▸ YOUR TASK:
The lines to copy are those holding the string "IFCRELASSOCIATESMATERIAL" in the entries below.

BEGIN STUDY MATERIAL

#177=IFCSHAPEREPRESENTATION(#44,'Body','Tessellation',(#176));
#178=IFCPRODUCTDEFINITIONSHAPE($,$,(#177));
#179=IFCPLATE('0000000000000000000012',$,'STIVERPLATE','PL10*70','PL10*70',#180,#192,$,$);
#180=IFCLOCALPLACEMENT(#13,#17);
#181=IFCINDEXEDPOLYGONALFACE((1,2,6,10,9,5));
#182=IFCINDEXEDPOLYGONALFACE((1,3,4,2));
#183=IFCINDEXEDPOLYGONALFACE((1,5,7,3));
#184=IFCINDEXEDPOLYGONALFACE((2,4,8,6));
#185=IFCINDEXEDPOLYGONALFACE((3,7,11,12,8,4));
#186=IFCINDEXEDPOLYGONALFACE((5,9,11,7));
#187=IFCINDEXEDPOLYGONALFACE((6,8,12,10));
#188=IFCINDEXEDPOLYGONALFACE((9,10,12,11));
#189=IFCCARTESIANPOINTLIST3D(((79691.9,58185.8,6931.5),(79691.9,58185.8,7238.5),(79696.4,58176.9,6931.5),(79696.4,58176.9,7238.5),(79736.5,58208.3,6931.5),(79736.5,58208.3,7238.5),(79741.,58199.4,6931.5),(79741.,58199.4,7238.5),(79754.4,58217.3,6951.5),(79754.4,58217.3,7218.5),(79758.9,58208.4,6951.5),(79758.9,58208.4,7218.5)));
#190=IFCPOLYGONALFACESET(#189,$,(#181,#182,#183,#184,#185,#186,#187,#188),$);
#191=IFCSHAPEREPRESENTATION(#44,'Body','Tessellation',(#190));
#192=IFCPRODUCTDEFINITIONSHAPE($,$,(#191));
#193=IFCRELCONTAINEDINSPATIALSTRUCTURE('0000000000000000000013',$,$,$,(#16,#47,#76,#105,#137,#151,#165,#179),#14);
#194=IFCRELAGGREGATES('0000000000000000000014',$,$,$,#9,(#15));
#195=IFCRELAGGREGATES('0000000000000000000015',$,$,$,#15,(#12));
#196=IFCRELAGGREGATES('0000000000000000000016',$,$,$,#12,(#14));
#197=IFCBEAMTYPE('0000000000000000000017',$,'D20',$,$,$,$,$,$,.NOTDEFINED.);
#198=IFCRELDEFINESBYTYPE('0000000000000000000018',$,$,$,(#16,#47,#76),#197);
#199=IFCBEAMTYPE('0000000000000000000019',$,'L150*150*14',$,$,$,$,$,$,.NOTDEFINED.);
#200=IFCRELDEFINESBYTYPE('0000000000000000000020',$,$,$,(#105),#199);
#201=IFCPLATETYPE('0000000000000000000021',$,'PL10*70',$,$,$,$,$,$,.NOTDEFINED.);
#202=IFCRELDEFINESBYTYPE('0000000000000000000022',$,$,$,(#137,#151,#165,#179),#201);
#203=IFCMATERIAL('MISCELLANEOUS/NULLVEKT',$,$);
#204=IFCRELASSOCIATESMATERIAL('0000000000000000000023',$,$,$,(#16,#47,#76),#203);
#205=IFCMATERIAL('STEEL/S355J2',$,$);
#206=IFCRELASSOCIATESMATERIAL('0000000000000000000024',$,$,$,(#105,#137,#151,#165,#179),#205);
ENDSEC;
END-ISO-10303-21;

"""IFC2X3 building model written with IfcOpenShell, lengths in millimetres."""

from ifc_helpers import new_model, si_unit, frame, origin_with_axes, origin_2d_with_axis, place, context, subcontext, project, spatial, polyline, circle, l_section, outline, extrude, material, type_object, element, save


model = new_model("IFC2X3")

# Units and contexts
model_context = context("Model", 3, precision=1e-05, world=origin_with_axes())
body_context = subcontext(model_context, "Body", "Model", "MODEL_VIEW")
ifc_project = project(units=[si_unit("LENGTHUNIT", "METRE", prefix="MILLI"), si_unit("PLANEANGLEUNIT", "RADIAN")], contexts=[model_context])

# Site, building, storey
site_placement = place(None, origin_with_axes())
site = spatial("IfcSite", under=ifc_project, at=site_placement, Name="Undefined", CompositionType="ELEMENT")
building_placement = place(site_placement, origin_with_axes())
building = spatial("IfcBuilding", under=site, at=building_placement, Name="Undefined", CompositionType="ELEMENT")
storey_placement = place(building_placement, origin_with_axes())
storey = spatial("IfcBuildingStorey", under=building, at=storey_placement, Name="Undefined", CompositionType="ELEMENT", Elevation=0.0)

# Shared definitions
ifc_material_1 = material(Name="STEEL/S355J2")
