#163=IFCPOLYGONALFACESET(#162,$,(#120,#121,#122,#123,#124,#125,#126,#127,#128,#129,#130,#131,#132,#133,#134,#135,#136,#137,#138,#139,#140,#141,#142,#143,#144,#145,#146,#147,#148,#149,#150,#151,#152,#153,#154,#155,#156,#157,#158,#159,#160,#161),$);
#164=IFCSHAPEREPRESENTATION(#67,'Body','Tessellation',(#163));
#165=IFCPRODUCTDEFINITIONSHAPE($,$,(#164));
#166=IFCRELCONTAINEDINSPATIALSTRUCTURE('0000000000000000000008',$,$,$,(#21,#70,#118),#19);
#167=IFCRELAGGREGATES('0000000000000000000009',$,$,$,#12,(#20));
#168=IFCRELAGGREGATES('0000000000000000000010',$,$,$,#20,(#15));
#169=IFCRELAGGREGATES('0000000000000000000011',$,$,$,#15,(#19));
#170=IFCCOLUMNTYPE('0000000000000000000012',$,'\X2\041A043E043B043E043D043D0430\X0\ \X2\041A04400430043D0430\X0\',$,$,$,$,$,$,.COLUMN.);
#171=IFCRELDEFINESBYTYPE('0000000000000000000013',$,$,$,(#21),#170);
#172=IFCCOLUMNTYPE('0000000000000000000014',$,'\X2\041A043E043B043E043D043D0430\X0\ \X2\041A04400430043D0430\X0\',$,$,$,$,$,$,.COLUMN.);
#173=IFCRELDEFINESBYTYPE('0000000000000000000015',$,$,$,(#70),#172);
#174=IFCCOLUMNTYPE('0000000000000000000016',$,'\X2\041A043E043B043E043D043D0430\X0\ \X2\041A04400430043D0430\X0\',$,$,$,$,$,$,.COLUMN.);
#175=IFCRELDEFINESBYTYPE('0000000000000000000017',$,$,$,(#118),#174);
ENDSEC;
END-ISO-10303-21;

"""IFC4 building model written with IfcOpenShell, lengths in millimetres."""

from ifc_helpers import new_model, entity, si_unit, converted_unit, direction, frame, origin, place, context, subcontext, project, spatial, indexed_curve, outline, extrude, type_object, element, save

END STUDY MATERIAL

▸ REPLY TO THE TASK:
#204=IFCRELASSOCIATESMATERIAL('0000000000000000000023',$,$,$,(#16,#47,#76),#203);
#206=IFCRELASSOCIATESMATERIAL('0000000000000000000024',$,$,$,(#105,#137,#151,#165,#179),#205);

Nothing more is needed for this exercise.